ArtsAutosBooksBusinessEducationEntertainmentFamilyFashionFoodGamesGenderHealthHolidaysHomeHubPagesPersonal FinancePetsPoliticsReligionSportsTechnologyTravel

Stop Hackers: #1 Write Down Passwords

Updated on June 9, 2013

Strong Passwords Could've Rid the Anguish for One Cyber Victim

Source

•10,000 of the most common passwords access 98 percent of all accounts

•10% use password, 123456 or 12345678

Mark Burnett, a computer security consultant specializing in passwords

Hack! Hack! Hack! Sounds like someone has a smoker’s cough. Actually it’s the endless stream of computer hacking or break-ins that’s adversely affecting the country’s economy and the confidence of millions of computer users.

The recent attacks no longer are restricted by geographical boundaries. In addition to the U.S., many of the hackers operate out of China and Eastern Europe (Romania, Bulgaria and Russia). “China accounted for 41 percent of the world's computer-attacks in the fourth quarter of last year,” reports Bloomberg News. That’s a 33 percent increase from the previous quarter. Second on the list is the U.S., home of 10 percent of the world’s hackers.

Computer security experts anticipate cyber attacks of various sorts will continue to increase.

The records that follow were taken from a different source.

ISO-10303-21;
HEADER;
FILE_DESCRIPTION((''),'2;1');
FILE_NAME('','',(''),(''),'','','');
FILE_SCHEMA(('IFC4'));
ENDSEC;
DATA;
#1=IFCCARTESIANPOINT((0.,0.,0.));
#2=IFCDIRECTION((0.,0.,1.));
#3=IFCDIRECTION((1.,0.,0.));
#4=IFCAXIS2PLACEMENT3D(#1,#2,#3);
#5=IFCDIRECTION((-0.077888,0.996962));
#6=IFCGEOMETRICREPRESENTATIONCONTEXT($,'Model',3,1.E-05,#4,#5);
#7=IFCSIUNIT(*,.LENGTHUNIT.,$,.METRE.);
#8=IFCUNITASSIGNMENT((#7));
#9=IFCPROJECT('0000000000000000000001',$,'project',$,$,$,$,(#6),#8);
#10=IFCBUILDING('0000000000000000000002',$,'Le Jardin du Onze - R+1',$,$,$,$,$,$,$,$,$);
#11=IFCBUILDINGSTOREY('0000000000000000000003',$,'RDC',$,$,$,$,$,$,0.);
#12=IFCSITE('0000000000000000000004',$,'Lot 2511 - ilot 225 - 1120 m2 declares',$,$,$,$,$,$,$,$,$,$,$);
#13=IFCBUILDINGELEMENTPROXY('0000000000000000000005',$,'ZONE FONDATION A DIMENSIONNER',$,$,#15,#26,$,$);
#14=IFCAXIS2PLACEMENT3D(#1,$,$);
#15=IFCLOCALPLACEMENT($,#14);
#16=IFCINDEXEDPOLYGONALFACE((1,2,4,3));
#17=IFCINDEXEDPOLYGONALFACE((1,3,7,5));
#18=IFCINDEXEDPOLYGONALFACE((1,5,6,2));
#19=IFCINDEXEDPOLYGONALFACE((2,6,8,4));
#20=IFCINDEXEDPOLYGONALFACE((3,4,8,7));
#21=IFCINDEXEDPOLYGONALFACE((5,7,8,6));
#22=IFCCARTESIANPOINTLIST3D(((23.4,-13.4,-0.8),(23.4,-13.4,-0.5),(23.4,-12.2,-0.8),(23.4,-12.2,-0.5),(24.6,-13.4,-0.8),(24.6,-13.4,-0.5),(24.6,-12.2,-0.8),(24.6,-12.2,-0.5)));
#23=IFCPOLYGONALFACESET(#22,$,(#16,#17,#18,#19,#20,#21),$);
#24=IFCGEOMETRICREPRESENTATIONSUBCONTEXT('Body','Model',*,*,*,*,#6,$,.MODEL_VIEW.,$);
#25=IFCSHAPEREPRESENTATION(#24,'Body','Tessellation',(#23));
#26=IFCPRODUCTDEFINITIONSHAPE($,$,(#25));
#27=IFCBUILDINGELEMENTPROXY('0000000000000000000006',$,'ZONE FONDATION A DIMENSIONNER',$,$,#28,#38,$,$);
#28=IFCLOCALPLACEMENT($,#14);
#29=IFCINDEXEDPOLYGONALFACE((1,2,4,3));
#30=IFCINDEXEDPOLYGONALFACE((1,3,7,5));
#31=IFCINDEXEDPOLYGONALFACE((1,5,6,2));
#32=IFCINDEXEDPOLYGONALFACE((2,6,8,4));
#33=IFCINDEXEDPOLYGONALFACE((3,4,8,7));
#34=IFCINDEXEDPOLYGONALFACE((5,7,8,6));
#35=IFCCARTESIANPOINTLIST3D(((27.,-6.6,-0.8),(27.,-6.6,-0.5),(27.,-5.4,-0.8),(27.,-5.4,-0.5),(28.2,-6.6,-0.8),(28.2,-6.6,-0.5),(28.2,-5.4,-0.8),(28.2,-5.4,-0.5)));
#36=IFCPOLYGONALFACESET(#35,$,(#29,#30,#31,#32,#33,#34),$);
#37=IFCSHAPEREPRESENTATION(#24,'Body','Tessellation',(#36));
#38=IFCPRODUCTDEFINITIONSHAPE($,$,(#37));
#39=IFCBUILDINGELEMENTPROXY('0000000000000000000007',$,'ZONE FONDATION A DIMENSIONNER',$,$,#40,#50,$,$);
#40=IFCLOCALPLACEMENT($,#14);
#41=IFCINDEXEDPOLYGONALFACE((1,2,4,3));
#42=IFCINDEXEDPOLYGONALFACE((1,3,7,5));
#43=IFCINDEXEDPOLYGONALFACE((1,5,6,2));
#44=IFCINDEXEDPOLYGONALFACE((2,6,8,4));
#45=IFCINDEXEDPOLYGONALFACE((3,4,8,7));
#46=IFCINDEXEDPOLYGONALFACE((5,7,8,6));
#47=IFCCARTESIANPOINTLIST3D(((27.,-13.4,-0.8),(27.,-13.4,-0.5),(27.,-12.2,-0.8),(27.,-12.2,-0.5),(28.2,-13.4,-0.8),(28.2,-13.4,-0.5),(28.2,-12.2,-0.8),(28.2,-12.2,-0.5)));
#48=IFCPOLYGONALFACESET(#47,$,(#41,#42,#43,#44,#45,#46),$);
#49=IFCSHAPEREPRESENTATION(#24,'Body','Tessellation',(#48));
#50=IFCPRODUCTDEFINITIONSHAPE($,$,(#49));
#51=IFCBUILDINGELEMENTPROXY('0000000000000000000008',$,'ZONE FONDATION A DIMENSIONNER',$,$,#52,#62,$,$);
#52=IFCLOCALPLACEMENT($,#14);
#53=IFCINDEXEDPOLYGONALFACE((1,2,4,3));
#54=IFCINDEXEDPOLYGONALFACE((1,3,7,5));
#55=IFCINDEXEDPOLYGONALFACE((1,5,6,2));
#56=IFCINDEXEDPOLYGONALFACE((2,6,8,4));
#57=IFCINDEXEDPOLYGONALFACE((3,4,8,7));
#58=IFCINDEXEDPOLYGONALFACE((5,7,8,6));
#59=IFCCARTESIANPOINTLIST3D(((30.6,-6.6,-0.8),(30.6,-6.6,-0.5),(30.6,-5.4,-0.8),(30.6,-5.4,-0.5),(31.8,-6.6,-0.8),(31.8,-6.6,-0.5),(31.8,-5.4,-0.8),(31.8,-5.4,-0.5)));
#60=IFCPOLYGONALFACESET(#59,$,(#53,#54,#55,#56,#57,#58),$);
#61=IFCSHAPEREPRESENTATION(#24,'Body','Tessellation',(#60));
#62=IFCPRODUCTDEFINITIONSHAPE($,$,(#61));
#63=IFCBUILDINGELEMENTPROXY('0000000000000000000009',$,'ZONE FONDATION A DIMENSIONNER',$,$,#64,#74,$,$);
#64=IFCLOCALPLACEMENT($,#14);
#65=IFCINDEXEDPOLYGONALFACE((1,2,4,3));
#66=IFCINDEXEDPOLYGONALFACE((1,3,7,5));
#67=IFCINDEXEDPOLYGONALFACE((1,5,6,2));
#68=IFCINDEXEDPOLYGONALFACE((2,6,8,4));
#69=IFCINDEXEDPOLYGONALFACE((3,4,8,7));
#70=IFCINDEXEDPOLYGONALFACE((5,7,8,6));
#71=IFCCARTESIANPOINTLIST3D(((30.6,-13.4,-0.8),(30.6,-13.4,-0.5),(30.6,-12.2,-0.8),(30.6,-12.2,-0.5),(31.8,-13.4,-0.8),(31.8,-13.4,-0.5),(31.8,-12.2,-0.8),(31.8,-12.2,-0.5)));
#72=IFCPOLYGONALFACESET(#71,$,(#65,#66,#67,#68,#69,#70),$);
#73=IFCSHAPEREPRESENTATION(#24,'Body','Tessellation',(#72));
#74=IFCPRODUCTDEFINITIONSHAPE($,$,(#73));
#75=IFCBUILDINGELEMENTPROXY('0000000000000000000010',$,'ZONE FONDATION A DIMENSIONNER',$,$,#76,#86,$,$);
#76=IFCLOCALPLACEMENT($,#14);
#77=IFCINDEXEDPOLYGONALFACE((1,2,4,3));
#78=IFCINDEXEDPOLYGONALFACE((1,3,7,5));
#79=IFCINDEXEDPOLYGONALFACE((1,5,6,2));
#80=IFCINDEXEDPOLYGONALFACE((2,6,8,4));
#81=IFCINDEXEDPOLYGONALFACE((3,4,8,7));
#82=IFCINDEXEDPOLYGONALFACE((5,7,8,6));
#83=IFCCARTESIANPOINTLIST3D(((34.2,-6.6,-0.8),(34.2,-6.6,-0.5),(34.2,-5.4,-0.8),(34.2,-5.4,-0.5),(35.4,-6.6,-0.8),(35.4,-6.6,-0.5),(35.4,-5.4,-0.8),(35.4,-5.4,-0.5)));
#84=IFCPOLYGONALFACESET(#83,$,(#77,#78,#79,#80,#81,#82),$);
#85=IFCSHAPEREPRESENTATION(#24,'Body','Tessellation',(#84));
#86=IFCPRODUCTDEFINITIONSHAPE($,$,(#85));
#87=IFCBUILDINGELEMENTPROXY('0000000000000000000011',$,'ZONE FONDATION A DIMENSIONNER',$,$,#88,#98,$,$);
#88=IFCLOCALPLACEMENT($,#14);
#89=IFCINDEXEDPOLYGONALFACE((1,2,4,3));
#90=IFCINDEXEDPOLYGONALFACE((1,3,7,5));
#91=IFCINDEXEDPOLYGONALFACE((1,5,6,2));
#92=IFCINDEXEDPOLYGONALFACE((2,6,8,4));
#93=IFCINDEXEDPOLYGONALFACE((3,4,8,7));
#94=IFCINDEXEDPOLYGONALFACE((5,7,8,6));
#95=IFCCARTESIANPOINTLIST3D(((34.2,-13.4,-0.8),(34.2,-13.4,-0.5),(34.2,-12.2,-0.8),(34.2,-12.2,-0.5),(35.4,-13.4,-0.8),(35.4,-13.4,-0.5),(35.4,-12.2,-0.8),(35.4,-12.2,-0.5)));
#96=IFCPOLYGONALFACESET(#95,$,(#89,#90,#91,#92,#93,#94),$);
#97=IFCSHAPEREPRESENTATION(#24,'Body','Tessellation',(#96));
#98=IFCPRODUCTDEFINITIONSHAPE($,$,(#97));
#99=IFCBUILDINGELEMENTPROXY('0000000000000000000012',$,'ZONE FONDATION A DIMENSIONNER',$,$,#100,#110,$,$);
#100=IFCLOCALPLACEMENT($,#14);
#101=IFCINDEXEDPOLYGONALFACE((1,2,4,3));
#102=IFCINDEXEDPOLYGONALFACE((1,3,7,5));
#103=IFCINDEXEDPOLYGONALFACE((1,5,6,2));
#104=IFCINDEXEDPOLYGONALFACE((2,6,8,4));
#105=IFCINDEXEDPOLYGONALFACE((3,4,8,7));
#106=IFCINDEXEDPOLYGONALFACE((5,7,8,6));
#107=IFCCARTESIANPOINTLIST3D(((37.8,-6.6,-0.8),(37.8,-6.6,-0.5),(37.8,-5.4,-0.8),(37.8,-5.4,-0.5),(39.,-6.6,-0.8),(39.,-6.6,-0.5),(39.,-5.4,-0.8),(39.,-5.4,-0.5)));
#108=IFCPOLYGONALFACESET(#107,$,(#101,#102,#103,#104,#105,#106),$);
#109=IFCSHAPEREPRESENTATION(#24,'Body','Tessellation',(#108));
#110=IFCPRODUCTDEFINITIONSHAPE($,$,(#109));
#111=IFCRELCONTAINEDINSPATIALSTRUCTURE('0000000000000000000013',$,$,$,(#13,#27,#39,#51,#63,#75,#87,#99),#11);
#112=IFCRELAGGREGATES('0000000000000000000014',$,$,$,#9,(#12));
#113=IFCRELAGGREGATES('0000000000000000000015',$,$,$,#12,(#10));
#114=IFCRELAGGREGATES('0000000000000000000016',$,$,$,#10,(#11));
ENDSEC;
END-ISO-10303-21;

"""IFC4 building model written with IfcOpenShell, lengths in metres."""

from ifc_helpers import new_model, si_unit, direction, frame, origin_with_axes, place, context, subcontext, project, spatial, polyline, outline, extrude, element, save


model = new_model("IFC4")

# Units and contexts
model_context = context("Model", 3, precision=1e-05, world=origin_with_axes(), true_north=direction((-0.077888, 0.996962)))
body_context = subcontext(model_context, "Body", "Model", "MODEL_VIEW")
ifc_project = project(units=[si_unit("LENGTHUNIT", "METRE")], contexts=[model_context])

# Site, building, storey
site = spatial("IfcSite", under=ifc_project, Name="Lot 2511 - ilot 225 - 1120 m2 declares")
building = spatial("IfcBuilding", under=site, Name="Le Jardin du Onze - R+1")
storey = spatial("IfcBuildingStorey", under=building, Name="RDC", Elevation=0.0)

# Building element proxies
proxy_1_placement = place(None, origin_with_axes())
element("IfcBuildingElementProxy", 1, at=proxy_1_placement, inside=storey, Name="ZONE FONDATION A DIMENSIONNER", context=body_context, shape_type="SweptSolid", body=[
    extrude(outline(polyline([(24.6, -13.4), (24.6, -12.2), (23.4, -12.2), (23.4, -13.4), (24.6, -13.4)])), frame((0.0, 0.0, -0.8)), (0.0, 0.0, 1.0), 0.3),
])
proxy_2_placement = place(None, origin_with_axes())
element("IfcBuildingElementProxy", 2, at=proxy_2_placement, inside=storey, Name="ZONE FONDATION A DIMENSIONNER", context=body_context, shape_type="SweptSolid", body=[
    extrude(outline(polyline([(28.2, -6.6), (28.2, -5.4), (27.0, -5.4), (27.0, -6.6), (28.2, -6.6)])), frame((0.0, 0.0, -0.8)), (0.0, 0.0, 1.0), 0.3),
])
proxy_3_placement = place(None, origin_with_axes())
element("IfcBuildingElementProxy", 3, at=proxy_3_placement, inside=storey, Name="ZONE FONDATION A DIMENSIONNER", context=body_context, shape_type="SweptSolid", body=[
    extrude(outline(polyline([(28.2, -13.4), (28.2, -12.2), (27.0, -12.2), (27.0, -13.4), (28.2, -13.4)])), frame((0.0, 0.0, -0.8)), (0.0, 0.0, 1.0), 0.3),
])
proxy_4_placement = place(None, origin_with_axes())
element("IfcBuildingElementProxy", 4, at=proxy_4_placement, inside=storey, Name="ZONE FONDATION A DIMENSIONNER", context=body_context, shape_type="SweptSolid", body=[
    extrude(outline(polyline([(31.8, -6.6), (31.8, -5.4), (30.6, -5.4), (30.6, -6.6), (31.8, -6.6)])), frame((0.0, 0.0, -0.8)), (0.0, 0.0, 1.0), 0.3),
])
proxy_5_placement = place(None, origin_with_axes())
element("IfcBuildingElementProxy", 5, at=proxy_5_placement, inside=storey, Name="ZONE FONDATION A DIMENSIONNER", context=body_context, shape_type="SweptSolid", body=[
    extrude(outline(polyline([(31.8, -13.4), (31.8, -12.2), (30.6, -12.2), (30.6, -13.4), (31.8, -13.4)])), frame((0.0, 0.0, -0.8)), (0.0, 0.0, 1.0), 0.3),
])
proxy_6_placement = place(None, origin_with_axes())
element("IfcBuildingElementProxy", 6, at=proxy_6_placement, inside=storey, Name="ZONE FONDATION A DIMENSIONNER", context=body_context, shape_type="SweptSolid", body=[
    extrude(outline(polyline([(35.4, -6.6), (35.4, -5.4), (34.2, -5.4), (34.2, -6.6), (35.4, -6.6)])), frame((0.0, 0.0, -0.8)), (0.0, 0.0, 1.0), 0.3),
])
proxy_7_placement = place(None, origin_with_axes())
element("IfcBuildingElementProxy", 7, at=proxy_7_placement, inside=storey, Name="ZONE FONDATION A DIMENSIONNER", context=body_context, shape_type="SweptSolid", body=[
    extrude(outline(polyline([(35.4, -13.4), (35.4, -12.2), (34.2, -12.2), (34.2, -13.4), (35.4, -13.4)])), frame((0.0, 0.0, -0.8)), (0.0, 0.0, 1.0), 0.3),
])
proxy_8_placement = place(None, origin_with_axes())
element("IfcBuildingElementProxy", 8, at=proxy_8_placement, inside=storey, Name="ZONE FONDATION A DIMENSIONNER", context=body_context, shape_type="SweptSolid", body=[
    extrude(outline(polyline([(39.0, -6.6), (39.0, -5.4), (37.8, -5.4), (37.8, -6.6), (39.0, -6.6)])), frame((0.0, 0.0, -0.8)), (0.0, 0.0, 1.0), 0.3),
])

save(model, "model.ifc")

Unlike a 1930 robber seeking cash in a bank’s safe, today’s cyber criminals don’t manipulate dials on bank vaults. The crooks from both eras have the knowledge and talent to break-in to secure storage areas. Modern criminals are experts in electronically unlocking computer systems and web servers. The treasure today’s thieves are after is sensitive personal data, which they use to steal money.

Victims of these hackers include politicians, celebrities, banks, and a variety of websites (including Yahoo Mail, LinkedIn, WordPress, PayPal, MasterCard and Visa). Even computer pioneer Bill Gates was a victim of cyber crime.

It seems that some hackers aren’t after sensitive data. They enjoy the “sport” of messing with computer systems and the public. Case in point is the April 2013 hacking of the AP’s twitter account. The crooks’ bogus tweet reporting explosions in White House and an injured president sent the stock market reeling. The Dow instantly plunged 150 points and some investors lost money. In minutes, a corrected Tweet was sent and the market rebounded.

Defense Against Hackers

Your best defense against one of these attacks is the complexity of the passwords you use to protect your personnel information on your various online accounts. That is until someone develops a better computer security system (such as biometrics).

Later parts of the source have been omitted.